Fast Maximum Likelihood Estimation and Supervised Classification for the Beta-Liouville Multinomial
This work addresses the need for more flexible categorical data modeling in fields like bioinformatics and NLP, though it appears incremental as it builds on existing distribution variants.
The paper tackles the problem of modeling categorical data with distributions that make strict assumptions, which can lead to poor parameter estimates and classification accuracy. It shows that the Beta-Liouville multinomial matches or exceeds the efficiency and performance of standard distributions on simulated data and outperforms them on two out of four gold standard datasets.

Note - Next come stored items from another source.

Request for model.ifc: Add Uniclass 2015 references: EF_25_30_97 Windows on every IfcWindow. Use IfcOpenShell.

First a look at what the model holds.

```python
import ifcopenshell

model = ifcopenshell.open("model.ifc")
print(model.schema)
print("classifications:", [c.Name for c in model.by_type("IfcClassification")])
for ifc_class in ("IfcDoor", "IfcRoof", "IfcStair", "IfcWall", "IfcWindow"):
    print(ifc_class, len(model.by_type(ifc_class)))
```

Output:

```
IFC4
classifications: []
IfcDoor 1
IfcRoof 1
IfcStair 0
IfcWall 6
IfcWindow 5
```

```python
import ifcopenshell
import ifcopenshell.api.classification

model = ifcopenshell.open("model.ifc")

system = ifcopenshell.api.classification.add_classification(model, classification="Uniclass 2015")

codes = {
    "IfcWindow": ("EF_25_30_97", "Windows"),
}
for ifc_class, (code, name) in codes.items():
    products = model.by_type(ifc_class)
    ifcopenshell.api.classification.add_reference(
        model, products=products, classification=system, identification=code, name=name
    )
    print(code, len(products))

model.write("model_updated.ifc")
```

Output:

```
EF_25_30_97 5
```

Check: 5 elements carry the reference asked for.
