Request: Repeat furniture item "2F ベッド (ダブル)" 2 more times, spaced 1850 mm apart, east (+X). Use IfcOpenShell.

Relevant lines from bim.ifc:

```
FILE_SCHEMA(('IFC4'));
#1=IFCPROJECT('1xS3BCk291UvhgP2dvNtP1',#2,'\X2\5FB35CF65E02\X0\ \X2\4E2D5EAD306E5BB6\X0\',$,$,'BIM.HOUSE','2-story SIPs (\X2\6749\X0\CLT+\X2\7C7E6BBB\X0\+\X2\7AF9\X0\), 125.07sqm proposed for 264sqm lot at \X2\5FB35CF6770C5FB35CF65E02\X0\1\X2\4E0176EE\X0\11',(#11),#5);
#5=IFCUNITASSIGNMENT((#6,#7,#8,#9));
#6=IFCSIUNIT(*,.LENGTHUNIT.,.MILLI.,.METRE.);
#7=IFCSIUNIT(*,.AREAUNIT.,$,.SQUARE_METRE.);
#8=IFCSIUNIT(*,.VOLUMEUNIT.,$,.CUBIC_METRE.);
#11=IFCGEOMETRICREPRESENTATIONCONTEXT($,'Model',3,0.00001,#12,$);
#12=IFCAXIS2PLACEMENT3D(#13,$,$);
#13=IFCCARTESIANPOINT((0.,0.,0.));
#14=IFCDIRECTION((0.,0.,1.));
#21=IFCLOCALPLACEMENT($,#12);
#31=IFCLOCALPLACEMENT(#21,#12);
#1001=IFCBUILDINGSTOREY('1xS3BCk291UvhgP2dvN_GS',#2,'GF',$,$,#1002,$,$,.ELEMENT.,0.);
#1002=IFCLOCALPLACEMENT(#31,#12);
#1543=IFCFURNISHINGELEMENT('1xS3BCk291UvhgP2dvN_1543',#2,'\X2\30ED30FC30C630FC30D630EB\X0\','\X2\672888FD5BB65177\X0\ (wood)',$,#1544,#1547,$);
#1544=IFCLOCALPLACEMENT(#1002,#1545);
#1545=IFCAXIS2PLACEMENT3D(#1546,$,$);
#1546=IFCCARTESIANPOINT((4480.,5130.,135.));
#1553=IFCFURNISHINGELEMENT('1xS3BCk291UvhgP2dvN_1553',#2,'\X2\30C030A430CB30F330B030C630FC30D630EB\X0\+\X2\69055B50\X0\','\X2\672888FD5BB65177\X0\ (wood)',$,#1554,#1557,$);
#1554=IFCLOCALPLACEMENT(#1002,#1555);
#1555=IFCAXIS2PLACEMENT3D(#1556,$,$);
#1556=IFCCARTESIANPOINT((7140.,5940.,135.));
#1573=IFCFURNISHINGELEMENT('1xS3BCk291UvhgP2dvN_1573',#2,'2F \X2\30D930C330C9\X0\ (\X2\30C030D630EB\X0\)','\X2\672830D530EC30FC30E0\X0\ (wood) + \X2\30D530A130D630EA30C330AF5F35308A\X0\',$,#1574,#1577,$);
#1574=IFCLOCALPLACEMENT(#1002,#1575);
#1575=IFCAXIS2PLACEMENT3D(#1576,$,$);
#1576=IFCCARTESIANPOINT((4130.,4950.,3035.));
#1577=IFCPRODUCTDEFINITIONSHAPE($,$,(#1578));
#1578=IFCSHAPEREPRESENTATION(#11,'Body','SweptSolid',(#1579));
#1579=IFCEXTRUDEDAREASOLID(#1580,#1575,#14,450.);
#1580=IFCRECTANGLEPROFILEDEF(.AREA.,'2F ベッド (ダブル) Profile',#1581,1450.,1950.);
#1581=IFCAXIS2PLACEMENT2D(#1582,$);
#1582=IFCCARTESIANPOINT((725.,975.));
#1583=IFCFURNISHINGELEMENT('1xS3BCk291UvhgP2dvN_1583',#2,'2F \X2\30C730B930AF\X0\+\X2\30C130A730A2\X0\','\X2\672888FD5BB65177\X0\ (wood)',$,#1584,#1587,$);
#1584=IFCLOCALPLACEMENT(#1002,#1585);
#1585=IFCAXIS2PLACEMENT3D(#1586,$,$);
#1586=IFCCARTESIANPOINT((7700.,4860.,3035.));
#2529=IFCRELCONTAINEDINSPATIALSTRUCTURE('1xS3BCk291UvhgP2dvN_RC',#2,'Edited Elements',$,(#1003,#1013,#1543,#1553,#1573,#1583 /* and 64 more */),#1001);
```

```python
import numpy as np
import ifcopenshell
import ifcopenshell.api.geometry
import ifcopenshell.api.root
import ifcopenshell.util.element
import ifcopenshell.util.placement
import ifcopenshell.util.unit

model = ifcopenshell.open("bim.ifc")
unit_scale = ifcopenshell.util.unit.calculate_unit_scale(model)


def reuse_history(source, copy):
    """copy_class also copies each property set's owner history, people and application; keep the originals."""
    for rel in copy.IsDefinedBy:
        if rel.is_a("IfcRelDefinesByProperties") and (history := rel.RelatingPropertyDefinition.OwnerHistory):
            rel.RelatingPropertyDefinition.OwnerHistory = source.OwnerHistory
            ifcopenshell.util.element.remove_deep2(model, history)


source = model.by_guid("1xS3BCk291UvhgP2dvN_1573")
base = ifcopenshell.util.placement.get_local_placement(source.ObjectPlacement)
step = np.array([1.0, 0.0, 0.0]) * 1.85 / unit_scale

for i in range(1, 3):
    copy = ifcopenshell.api.root.copy_class(model, product=source)
    copy.Representation = ifcopenshell.util.element.copy_deep(
        model, source.Representation, exclude=["IfcGeometricRepresentationContext", "IfcRepresentationMap"]
    )
    reuse_history(source, copy)
    matrix = base.copy()
    matrix[:3, 3] += i * step
    print("added at", matrix[:3, 3].round(3) + 0.0)
    ifcopenshell.api.geometry.edit_object_placement(model, product=copy, matrix=matrix, is_si=False)

model.write("bim_updated.ifc")
```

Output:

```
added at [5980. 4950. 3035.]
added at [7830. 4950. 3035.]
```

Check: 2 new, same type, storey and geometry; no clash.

The multinomial and related distributions have long been used to model categorical, count-based data in fields ranging from bioinformatics to natural language processing. Commonly utilized variants include the standard multinomial and the Dirichlet multinomial distributions due to their computational efficiency and straightforward parameter estimation process. However, these distributions make strict assumptions about the mean, variance, and covariance between the categorical features being modeled. If these assumptions are not met by the data, it may result in poor parameter estimates and loss in accuracy for downstream applications like classification. Here, we explore efficient parameter estimation and supervised classification methods using an alternative distribution, called the Beta-Liouville multinomial, which relaxes some of the multinomial assumptions. We show that the Beta-Liouville multinomial is comparable in efficiency to the Dirichlet multinomial for Newton-Raphson maximum likelihood estimation, and that its performance on simulated data matches or exceeds that of the multinomial and Dirichlet multinomial distributions. Finally, we demonstrate that the Beta-Liouville multinomial outperforms the multinomial and Dirichlet multinomial on two out of four gold standard datasets, supporting its use in modeling data with low to medium class overlap in a supervised classification context.